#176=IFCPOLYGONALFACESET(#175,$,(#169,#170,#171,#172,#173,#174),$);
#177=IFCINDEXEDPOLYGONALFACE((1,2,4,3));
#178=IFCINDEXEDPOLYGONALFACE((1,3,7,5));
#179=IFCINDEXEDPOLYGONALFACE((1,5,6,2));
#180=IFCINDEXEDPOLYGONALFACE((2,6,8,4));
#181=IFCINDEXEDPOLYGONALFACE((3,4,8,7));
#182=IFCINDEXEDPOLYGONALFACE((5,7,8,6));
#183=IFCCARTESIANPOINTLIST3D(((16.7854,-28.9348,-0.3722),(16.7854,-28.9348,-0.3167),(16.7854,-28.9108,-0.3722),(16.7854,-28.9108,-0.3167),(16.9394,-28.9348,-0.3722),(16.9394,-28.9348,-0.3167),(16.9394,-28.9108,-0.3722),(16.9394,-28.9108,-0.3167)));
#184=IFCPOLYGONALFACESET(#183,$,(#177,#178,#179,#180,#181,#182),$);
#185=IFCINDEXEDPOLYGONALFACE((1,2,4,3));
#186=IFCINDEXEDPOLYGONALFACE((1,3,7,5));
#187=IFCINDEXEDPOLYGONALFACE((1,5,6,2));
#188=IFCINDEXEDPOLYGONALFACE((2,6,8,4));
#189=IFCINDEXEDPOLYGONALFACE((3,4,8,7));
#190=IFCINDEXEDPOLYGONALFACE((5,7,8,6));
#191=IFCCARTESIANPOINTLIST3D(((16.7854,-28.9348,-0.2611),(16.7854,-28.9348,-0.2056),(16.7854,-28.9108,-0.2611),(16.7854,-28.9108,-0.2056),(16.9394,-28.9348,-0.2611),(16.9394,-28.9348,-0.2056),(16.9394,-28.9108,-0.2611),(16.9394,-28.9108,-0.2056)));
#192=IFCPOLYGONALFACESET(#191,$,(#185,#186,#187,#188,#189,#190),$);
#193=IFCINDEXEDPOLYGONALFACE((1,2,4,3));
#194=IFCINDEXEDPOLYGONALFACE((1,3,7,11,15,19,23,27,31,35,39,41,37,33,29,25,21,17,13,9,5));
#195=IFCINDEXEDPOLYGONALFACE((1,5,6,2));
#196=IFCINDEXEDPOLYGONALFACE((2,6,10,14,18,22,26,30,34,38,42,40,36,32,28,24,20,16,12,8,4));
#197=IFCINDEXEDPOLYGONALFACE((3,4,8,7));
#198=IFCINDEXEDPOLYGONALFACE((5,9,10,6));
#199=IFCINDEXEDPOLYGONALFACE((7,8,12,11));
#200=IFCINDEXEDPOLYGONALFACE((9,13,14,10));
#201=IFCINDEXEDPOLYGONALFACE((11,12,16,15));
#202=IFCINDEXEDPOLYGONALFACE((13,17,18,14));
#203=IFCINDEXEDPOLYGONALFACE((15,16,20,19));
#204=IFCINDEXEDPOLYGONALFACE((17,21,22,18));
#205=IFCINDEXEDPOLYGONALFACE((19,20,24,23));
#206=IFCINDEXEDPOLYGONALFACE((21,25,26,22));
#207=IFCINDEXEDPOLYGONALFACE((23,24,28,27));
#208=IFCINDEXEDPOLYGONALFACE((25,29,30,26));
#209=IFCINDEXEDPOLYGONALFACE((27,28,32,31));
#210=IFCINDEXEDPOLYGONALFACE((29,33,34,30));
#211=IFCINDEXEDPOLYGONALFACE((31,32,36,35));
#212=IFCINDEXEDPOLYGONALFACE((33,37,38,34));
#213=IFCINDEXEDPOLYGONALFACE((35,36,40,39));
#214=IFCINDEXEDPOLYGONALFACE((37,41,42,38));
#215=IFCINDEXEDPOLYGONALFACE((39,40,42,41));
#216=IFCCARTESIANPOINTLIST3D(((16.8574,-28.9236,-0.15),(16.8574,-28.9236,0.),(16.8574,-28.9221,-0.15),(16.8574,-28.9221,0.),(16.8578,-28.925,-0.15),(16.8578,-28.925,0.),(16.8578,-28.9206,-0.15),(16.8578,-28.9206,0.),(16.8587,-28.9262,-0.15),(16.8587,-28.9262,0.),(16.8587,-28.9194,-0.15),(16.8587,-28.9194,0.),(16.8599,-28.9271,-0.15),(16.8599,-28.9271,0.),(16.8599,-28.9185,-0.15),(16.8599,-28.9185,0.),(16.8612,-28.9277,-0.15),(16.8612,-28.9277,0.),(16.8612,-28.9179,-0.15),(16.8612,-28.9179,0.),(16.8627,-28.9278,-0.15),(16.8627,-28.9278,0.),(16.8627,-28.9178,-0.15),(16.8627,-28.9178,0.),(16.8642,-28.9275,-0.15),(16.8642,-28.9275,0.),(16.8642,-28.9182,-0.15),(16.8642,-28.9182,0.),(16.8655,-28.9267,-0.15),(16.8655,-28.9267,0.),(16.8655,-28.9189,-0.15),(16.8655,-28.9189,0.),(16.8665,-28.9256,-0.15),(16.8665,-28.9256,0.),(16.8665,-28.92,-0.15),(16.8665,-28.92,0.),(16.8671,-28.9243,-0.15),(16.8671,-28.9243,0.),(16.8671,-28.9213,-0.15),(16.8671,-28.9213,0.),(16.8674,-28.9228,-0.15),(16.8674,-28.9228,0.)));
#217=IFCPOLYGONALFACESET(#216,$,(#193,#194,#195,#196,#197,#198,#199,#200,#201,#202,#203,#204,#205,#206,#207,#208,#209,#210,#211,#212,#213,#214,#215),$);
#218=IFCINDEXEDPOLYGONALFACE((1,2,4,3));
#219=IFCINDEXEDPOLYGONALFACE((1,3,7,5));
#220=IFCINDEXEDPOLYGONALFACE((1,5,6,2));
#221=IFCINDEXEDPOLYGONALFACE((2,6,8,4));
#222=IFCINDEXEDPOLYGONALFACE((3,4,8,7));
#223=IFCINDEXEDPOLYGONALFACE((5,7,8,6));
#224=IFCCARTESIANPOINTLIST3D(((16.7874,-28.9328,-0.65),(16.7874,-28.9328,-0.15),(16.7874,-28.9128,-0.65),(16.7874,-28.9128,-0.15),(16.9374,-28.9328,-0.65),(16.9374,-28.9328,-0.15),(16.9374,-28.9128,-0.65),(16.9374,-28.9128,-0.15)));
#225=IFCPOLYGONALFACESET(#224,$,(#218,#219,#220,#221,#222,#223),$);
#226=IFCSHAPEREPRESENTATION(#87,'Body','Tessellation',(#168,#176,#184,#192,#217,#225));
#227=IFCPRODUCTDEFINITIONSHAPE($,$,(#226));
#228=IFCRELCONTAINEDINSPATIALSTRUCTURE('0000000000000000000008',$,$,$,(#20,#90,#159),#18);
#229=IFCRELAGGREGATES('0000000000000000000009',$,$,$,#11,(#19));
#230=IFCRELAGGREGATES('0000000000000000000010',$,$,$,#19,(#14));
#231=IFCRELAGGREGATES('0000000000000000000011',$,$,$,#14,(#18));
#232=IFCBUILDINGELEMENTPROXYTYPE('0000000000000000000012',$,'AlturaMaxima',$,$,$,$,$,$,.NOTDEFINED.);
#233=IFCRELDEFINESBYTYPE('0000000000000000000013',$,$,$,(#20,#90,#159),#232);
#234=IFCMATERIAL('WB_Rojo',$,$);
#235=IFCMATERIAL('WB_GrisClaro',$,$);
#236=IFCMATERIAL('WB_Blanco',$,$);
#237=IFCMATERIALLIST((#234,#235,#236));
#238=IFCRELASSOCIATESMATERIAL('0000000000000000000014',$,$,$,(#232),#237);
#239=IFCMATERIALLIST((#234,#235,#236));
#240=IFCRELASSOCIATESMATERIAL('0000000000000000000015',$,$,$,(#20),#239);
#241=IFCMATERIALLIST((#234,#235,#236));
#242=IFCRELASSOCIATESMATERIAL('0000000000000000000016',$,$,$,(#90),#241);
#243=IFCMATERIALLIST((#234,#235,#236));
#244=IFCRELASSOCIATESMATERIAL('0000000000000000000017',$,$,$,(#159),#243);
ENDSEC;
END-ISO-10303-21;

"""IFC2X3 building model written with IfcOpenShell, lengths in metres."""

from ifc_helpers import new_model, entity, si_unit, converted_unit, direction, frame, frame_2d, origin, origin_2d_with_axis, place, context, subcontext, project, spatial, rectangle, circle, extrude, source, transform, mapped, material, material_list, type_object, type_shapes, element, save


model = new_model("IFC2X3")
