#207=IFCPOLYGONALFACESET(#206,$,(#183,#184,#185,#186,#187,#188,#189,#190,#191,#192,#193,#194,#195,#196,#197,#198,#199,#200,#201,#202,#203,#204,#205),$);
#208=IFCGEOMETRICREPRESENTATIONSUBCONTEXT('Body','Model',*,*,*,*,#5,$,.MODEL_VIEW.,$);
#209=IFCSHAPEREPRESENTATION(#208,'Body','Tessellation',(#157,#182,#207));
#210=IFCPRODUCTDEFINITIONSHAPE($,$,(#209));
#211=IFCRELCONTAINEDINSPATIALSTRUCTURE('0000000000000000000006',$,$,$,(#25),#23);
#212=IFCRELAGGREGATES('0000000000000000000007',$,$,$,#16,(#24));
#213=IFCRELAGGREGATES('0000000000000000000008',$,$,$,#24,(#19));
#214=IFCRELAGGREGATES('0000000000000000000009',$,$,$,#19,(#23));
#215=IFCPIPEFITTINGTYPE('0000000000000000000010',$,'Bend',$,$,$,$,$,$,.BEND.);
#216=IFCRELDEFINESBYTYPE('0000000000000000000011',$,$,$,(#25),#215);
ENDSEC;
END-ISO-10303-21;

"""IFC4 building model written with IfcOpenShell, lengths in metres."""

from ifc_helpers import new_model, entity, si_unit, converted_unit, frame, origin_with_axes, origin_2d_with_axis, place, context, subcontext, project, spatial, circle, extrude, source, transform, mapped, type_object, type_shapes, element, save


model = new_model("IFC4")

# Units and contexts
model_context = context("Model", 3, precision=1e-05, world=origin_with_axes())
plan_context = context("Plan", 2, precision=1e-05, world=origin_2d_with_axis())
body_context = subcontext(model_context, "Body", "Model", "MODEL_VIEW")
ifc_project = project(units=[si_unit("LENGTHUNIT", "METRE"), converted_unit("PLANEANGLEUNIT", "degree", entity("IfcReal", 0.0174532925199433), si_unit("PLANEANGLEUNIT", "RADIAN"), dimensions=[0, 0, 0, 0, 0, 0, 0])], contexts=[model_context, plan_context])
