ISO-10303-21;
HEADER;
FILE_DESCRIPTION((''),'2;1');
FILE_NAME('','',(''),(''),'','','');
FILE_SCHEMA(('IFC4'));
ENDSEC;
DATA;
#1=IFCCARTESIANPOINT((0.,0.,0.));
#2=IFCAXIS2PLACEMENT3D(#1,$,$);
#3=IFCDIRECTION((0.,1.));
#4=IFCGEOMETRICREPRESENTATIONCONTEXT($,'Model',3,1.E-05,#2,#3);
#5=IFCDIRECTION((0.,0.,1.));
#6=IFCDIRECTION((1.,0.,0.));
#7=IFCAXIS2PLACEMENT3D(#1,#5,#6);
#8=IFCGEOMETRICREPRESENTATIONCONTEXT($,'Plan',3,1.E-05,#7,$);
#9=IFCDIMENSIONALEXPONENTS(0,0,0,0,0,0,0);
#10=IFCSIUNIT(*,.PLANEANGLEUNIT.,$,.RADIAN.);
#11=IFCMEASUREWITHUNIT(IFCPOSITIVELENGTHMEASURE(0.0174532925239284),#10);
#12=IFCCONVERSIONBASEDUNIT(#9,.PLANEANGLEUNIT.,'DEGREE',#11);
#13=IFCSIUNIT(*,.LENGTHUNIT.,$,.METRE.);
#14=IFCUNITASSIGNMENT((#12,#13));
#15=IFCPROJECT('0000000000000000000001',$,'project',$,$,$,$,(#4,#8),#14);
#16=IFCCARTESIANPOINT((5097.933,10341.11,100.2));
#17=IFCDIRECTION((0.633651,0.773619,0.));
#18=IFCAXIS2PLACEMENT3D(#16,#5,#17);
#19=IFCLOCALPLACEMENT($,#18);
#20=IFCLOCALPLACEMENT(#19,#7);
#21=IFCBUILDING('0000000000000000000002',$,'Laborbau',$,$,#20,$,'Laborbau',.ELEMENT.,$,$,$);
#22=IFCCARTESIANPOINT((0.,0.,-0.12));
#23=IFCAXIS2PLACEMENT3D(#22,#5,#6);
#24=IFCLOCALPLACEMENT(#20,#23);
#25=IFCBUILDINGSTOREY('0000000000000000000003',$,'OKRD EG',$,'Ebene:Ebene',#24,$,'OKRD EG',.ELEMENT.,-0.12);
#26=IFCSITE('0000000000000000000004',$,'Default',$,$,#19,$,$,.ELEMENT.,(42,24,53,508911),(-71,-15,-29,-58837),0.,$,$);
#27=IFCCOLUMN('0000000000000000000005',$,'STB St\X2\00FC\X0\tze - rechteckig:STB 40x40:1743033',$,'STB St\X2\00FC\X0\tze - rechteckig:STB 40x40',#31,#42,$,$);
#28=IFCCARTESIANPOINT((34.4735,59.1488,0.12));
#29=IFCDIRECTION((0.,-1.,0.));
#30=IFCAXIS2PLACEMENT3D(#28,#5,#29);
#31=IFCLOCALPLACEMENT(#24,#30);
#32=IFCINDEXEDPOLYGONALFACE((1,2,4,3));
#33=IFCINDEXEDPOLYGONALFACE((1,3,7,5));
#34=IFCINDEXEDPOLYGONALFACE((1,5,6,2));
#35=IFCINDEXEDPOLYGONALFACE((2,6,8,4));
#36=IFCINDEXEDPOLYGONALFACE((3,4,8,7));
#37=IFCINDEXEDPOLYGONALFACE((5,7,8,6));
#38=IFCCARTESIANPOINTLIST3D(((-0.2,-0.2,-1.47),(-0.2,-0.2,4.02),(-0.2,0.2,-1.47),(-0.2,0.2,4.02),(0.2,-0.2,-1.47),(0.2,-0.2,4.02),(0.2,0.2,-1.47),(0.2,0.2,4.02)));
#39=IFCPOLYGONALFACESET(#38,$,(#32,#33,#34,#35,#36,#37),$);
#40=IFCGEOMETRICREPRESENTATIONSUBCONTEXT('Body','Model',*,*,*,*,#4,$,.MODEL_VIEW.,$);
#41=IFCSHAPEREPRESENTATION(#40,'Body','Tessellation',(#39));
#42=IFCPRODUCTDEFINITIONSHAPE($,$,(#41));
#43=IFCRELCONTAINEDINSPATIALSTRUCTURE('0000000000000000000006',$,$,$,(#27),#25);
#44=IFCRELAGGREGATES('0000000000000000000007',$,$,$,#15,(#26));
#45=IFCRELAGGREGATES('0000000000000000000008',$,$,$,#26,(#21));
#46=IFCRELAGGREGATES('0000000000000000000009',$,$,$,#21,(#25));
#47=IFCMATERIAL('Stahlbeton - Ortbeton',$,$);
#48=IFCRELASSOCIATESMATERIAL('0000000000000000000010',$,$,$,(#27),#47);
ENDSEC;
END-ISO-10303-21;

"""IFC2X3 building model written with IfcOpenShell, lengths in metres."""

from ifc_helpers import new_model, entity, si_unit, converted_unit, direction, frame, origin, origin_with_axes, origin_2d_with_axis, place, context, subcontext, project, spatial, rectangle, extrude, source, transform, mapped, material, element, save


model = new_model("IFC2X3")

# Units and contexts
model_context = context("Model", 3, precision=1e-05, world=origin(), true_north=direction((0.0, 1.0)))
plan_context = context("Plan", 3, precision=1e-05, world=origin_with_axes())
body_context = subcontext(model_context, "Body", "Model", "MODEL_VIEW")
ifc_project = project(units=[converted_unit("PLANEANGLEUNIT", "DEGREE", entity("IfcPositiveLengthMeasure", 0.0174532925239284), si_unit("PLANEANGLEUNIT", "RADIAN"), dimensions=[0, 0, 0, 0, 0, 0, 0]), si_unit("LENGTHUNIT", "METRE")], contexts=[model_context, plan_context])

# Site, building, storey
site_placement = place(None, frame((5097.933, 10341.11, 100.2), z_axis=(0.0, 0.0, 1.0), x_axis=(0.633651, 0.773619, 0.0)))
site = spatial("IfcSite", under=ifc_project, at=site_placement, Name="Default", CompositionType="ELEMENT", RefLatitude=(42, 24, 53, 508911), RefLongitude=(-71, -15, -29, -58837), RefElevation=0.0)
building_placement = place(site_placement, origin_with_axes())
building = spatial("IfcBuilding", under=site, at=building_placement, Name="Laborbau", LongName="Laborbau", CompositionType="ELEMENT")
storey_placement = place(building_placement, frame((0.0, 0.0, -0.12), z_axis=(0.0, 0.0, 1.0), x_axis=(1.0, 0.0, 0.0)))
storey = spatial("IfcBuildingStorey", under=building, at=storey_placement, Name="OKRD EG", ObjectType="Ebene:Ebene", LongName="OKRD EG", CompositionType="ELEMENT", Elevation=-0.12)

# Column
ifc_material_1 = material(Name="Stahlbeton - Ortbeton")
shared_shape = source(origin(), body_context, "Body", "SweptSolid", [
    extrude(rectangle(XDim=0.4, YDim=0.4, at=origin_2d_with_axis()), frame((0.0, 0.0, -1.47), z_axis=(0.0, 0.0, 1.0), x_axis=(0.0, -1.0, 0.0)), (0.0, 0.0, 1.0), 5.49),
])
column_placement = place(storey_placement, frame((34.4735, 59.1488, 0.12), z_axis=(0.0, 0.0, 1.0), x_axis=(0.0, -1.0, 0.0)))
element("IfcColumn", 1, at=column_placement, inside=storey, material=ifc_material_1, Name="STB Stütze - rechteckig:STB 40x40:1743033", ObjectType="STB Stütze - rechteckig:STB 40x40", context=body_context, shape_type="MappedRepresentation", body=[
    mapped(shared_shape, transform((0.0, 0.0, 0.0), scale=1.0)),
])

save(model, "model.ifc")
--
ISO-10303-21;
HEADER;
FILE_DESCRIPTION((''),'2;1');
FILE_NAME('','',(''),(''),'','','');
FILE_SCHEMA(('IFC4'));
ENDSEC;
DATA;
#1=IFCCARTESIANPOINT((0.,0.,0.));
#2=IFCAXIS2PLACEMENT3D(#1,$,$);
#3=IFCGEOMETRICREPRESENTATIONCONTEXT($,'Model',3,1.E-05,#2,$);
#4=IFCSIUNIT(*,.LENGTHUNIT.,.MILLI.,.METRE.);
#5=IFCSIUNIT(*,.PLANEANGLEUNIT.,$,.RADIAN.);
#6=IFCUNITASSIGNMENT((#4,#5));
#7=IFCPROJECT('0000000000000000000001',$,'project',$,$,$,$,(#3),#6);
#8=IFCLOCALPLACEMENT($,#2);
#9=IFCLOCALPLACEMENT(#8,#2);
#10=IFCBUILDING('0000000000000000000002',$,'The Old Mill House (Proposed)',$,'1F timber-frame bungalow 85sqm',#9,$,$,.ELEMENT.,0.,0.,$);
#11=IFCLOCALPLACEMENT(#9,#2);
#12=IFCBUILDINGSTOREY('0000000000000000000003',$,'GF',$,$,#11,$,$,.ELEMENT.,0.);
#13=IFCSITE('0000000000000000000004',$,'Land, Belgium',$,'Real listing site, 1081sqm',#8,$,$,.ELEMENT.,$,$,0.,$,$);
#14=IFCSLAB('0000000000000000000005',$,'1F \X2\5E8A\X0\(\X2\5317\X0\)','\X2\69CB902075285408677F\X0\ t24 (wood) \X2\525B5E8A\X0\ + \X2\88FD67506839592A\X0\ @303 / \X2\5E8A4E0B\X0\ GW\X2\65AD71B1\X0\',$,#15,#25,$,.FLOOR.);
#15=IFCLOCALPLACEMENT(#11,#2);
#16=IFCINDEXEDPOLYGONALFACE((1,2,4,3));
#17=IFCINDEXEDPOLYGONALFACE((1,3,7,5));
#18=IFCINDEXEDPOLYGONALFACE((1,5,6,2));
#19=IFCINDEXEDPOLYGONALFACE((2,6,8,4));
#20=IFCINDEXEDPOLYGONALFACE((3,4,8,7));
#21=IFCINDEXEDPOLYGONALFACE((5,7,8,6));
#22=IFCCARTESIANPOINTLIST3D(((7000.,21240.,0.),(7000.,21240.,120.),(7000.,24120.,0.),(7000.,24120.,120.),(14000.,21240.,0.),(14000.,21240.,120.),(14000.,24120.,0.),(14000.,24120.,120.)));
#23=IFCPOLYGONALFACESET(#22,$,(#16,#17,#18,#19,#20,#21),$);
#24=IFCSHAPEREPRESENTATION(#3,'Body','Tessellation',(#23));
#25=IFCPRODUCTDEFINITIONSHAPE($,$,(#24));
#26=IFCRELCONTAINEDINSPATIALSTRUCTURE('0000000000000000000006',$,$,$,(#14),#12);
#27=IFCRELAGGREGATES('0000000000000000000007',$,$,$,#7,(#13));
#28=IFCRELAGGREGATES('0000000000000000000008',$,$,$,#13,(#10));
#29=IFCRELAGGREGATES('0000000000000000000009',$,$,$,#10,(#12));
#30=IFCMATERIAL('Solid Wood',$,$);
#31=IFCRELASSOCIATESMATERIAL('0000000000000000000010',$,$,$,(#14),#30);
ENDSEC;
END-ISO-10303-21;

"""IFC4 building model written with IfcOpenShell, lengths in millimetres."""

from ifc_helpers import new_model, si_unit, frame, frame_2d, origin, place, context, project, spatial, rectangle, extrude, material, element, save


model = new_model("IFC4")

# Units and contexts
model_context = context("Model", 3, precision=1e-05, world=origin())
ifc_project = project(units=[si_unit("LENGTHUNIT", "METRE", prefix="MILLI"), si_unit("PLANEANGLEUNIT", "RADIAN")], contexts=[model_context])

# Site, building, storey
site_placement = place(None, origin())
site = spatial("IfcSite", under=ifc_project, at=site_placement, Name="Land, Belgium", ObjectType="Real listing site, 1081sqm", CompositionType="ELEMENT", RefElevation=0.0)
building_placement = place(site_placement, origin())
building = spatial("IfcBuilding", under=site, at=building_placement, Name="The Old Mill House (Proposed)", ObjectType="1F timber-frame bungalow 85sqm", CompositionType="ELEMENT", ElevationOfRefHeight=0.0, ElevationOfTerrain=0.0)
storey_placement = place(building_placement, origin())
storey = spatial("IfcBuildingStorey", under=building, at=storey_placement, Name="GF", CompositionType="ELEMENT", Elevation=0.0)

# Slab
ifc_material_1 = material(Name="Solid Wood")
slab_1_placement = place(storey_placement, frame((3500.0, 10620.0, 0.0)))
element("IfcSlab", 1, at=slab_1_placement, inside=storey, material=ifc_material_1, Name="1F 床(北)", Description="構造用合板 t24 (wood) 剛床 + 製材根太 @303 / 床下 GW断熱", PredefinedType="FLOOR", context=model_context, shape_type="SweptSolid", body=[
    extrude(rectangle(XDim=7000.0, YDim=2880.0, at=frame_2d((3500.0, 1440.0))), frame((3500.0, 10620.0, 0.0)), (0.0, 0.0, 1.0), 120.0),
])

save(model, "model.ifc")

• Requirement: Only the number is wanted: how many lines of these entries contain the string "IFCMATERIALLIST"?

• Result of this task: 4